The data below:
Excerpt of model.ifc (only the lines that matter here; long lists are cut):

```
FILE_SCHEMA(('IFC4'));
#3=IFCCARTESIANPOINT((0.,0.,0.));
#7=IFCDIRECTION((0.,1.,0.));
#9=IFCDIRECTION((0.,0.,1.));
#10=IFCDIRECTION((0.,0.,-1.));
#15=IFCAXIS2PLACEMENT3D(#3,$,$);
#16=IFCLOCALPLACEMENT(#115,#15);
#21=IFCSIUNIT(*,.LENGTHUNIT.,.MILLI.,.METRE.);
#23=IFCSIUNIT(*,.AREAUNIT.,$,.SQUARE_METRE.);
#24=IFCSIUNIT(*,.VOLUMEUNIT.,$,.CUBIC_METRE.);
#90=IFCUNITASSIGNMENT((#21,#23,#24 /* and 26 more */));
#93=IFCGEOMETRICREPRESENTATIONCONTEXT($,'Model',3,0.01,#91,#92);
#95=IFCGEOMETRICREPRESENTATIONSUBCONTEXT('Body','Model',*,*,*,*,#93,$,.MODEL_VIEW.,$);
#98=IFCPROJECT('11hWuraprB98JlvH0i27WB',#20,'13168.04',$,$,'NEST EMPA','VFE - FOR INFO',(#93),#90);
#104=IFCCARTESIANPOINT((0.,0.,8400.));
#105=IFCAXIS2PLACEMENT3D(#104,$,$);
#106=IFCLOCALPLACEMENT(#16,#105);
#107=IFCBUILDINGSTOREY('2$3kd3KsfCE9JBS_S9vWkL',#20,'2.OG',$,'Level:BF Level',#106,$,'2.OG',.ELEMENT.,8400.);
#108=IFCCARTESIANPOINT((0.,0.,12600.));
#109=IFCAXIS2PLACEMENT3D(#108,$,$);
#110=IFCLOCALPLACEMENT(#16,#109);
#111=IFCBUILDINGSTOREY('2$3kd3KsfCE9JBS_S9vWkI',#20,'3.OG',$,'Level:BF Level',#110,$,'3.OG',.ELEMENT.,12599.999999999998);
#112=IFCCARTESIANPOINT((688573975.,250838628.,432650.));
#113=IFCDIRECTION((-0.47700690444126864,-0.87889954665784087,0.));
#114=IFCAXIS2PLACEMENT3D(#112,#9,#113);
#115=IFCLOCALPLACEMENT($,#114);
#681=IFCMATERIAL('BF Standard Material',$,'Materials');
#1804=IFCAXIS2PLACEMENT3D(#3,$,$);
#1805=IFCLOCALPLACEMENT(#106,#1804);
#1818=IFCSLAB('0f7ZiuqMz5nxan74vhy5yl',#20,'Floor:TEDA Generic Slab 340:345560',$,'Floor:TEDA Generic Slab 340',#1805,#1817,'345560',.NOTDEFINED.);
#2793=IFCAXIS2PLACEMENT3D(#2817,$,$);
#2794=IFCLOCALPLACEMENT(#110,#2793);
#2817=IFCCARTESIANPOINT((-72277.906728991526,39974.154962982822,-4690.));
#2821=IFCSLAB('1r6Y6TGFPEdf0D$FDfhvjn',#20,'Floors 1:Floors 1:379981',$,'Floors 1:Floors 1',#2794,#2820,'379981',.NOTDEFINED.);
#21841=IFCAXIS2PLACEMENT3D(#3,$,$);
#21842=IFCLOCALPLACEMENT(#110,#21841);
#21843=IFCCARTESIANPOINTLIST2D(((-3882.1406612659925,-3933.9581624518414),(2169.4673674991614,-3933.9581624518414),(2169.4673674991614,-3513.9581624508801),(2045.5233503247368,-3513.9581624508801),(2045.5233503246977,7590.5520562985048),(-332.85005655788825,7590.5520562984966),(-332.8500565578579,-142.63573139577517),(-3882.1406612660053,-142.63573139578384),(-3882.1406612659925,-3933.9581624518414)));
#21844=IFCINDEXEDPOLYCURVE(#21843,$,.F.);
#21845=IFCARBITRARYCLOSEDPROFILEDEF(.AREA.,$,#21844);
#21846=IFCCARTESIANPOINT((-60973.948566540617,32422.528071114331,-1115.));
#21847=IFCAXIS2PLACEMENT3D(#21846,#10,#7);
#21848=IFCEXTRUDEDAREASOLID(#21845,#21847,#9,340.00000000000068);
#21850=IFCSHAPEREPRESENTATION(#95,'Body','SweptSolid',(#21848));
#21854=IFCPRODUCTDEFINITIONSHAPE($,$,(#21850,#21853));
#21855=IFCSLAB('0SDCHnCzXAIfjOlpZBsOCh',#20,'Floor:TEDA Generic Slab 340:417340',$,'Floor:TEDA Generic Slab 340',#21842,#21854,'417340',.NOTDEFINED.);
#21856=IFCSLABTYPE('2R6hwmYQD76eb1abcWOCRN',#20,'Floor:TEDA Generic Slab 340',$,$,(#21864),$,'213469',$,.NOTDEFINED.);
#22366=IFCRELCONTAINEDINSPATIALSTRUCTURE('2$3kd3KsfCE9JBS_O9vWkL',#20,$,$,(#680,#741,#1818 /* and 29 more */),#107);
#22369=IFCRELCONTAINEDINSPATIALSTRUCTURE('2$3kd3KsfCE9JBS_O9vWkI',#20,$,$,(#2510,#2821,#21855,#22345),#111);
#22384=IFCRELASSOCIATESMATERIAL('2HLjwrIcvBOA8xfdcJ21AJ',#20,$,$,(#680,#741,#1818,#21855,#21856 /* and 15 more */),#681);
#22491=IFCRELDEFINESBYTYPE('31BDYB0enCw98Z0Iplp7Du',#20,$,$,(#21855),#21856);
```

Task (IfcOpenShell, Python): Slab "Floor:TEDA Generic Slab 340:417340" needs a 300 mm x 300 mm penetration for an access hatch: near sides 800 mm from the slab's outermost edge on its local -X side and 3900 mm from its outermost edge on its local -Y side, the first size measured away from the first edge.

```python
import numpy as np
import ifcopenshell
import ifcopenshell.api.feature
import ifcopenshell.api.geometry
import ifcopenshell.api.root
import ifcopenshell.geom
import ifcopenshell.util.placement
import ifcopenshell.util.representation
import ifcopenshell.util.shape
import ifcopenshell.util.unit

model = ifcopenshell.open("model.ifc")
unit_scale = ifcopenshell.util.unit.calculate_unit_scale(model)
settings = ifcopenshell.geom.settings()


def volume(element):
    """Net volume in cubic metres, openings subtracted."""
    shape = ifcopenshell.geom.create_shape(settings, element)
    return ifcopenshell.util.shape.get_volume(shape.geometry)


slab = model.by_id(21855)
before = volume(slab)

# Extent in the slab's own axes, in metres. The edges named are its -X and -Y sides.
slab_shape = ifcopenshell.geom.create_shape(settings, slab)
vertices = ifcopenshell.util.shape.get_vertices(slab_shape.geometry)
x_min, y_min, bottom = vertices.min(axis=0)
top = vertices[:, 2].max()

opening = ifcopenshell.api.root.create_entity(model, ifc_class="IfcOpeningElement", name="Access hatch opening", predefined_type="OPENING")
context = ifcopenshell.util.representation.get_context(model, "Model", "Body", "MODEL_VIEW")
width, depth = 0.3, 0.3
outline = [(0.0, 0.0), (width, 0.0), (width, depth), (0.0, depth), (0.0, 0.0)]
# Overshoot both faces by 50 mm so the cut is clean.
shape = ifcopenshell.api.geometry.add_slab_representation(
    model, context=context, depth=top - bottom + 0.1, polyline=outline
)
ifcopenshell.api.geometry.assign_representation(model, product=opening, representation=shape)

matrix = ifcopenshell.util.placement.get_local_placement(slab.ObjectPlacement)
matrix[:, 3] = matrix @ np.append(np.array([x_min + 0.8, y_min + 3.9, bottom - 0.05]) / unit_scale, 1.0)
ifcopenshell.api.geometry.edit_object_placement(model, product=opening, matrix=matrix, is_si=False)
ifcopenshell.api.feature.add_feature(model, feature=opening, element=slab)

after = volume(slab)

print(f"slab volume {before:.3f} -> {after:.3f} m3")

model.write("model_edited.ifc")
```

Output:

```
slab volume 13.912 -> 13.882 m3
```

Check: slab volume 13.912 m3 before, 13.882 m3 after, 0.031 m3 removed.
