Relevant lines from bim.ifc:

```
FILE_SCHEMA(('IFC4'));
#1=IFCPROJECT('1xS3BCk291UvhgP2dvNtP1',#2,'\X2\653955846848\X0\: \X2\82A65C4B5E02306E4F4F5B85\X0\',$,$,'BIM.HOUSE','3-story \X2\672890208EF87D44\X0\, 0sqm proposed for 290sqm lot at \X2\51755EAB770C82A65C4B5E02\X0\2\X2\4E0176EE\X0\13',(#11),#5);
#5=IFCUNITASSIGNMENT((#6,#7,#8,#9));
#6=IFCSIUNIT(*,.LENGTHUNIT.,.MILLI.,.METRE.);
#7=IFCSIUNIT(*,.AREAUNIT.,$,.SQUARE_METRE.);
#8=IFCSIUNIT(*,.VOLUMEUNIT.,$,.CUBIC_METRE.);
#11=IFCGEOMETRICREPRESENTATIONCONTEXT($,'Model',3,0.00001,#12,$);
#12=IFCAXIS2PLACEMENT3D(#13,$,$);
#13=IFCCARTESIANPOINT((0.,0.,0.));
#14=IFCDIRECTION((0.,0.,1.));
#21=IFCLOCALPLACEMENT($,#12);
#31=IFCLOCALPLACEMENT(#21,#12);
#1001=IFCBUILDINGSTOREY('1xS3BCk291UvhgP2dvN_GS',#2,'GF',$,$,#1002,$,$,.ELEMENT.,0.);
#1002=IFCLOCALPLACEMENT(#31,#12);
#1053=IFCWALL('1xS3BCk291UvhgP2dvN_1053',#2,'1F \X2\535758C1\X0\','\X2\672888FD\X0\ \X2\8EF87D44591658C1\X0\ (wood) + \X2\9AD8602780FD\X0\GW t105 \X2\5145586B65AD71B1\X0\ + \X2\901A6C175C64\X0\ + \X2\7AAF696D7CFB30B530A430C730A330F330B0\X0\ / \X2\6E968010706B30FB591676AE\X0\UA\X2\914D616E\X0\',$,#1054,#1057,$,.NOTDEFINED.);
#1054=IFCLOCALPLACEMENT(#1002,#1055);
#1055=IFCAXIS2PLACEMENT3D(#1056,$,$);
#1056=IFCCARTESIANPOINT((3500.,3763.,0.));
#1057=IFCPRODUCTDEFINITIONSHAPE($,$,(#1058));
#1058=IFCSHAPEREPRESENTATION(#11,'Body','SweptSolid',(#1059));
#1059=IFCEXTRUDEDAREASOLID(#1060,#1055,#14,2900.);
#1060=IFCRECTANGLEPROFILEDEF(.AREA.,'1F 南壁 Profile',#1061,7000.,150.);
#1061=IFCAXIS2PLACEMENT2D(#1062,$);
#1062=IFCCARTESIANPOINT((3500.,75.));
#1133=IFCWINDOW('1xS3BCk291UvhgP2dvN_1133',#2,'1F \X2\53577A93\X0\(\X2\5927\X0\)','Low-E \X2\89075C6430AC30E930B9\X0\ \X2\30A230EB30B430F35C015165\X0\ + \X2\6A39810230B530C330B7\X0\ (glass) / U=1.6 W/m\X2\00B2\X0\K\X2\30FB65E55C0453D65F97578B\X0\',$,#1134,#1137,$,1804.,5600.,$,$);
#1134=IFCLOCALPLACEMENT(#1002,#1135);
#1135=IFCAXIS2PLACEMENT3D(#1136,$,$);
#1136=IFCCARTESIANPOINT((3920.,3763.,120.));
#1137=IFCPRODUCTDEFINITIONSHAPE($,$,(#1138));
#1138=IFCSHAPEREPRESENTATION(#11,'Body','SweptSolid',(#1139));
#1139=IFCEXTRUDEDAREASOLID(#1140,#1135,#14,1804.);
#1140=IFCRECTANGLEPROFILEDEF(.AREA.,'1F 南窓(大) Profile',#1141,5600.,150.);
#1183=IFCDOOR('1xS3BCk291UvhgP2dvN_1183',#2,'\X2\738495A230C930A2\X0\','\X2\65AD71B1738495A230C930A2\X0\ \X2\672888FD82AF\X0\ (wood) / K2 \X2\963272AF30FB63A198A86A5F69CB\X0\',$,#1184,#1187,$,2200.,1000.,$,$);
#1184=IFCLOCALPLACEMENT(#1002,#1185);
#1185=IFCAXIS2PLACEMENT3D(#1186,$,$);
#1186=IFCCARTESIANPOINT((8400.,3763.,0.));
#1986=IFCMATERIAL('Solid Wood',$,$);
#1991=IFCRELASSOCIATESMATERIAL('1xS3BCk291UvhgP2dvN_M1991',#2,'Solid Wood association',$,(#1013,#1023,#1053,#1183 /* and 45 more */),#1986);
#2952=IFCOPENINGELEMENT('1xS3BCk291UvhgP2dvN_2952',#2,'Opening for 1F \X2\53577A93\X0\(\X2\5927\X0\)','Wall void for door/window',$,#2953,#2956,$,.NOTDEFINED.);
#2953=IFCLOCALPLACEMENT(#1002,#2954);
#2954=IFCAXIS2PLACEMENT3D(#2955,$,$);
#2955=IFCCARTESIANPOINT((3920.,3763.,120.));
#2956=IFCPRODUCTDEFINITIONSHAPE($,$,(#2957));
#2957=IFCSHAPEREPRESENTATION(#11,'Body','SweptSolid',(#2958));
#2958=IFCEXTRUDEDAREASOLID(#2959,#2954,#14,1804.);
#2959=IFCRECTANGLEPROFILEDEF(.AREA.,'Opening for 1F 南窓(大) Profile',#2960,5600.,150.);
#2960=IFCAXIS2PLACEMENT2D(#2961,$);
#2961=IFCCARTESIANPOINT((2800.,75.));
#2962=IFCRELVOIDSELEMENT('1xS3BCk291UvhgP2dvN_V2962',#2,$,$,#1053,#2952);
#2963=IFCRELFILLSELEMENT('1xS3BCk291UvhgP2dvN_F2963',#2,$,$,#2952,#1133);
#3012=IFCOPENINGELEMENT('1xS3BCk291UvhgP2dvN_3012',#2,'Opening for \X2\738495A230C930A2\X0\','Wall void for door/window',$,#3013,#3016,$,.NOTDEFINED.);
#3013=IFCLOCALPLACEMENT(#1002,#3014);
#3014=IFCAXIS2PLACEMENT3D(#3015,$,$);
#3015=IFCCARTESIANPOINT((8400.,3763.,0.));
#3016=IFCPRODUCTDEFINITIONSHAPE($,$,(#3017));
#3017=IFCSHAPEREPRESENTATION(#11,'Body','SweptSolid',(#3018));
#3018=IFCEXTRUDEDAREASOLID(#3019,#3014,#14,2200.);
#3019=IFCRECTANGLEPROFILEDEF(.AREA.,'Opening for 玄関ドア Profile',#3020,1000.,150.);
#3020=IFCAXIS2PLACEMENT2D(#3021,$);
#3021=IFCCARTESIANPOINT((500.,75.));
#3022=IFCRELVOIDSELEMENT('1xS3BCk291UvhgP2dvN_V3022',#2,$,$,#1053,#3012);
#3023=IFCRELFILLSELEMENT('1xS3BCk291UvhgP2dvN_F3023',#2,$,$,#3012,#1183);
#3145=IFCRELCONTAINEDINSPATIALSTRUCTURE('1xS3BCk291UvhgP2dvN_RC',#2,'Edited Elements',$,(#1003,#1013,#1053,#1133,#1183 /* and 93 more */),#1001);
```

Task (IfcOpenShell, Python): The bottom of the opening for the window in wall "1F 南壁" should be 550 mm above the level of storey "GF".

```python
import numpy as np
import ifcopenshell
import ifcopenshell.api.geometry
import ifcopenshell.geom
import ifcopenshell.util.element
import ifcopenshell.util.placement
import ifcopenshell.util.shape
import ifcopenshell.util.unit

model = ifcopenshell.open("bim.ifc")
unit_scale = ifcopenshell.util.unit.calculate_unit_scale(model)

window = model.by_guid("1xS3BCk291UvhgP2dvN_1133")
opening = window.FillsVoids[0].RelatingOpeningElement
storey = ifcopenshell.util.element.get_container(window, ifc_class="IfcBuildingStorey")
level = ifcopenshell.util.placement.get_local_placement(storey.ObjectPlacement)[2, 3]

# The opening's origin need not be at the sill, so measure its lowest point.
shape = ifcopenshell.geom.create_shape(ifcopenshell.geom.settings(), opening)
bottom = ifcopenshell.util.shape.get_shape_bottom_elevation(shape, shape.geometry) / unit_scale
dz = level + 550.0 - bottom

shift = np.array([0.0, 0.0, dz])
# The window is not placed relative to its opening, so move both.
for product in (opening, window):
    matrix = ifcopenshell.util.placement.get_local_placement(product.ObjectPlacement)
    matrix[:3, 3] += shift
    ifcopenshell.api.geometry.edit_object_placement(model, product=product, matrix=matrix, is_si=False)

print(f"moved by {dz * unit_scale:+.3f} m")

model.write("bim_updated.ifc")
```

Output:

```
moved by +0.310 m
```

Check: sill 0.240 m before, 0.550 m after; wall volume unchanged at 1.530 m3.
End of The data.
From the data above, pick out each line containing "IFCDIRECTION" and copy it.

#7=IFCDIRECTION((0.,1.,0.));
#9=IFCDIRECTION((0.,0.,1.));
#10=IFCDIRECTION((0.,0.,-1.));
#113=IFCDIRECTION((-0.47700690444126864,-0.87889954665784087,0.));
#14=IFCDIRECTION((0.,0.,1.));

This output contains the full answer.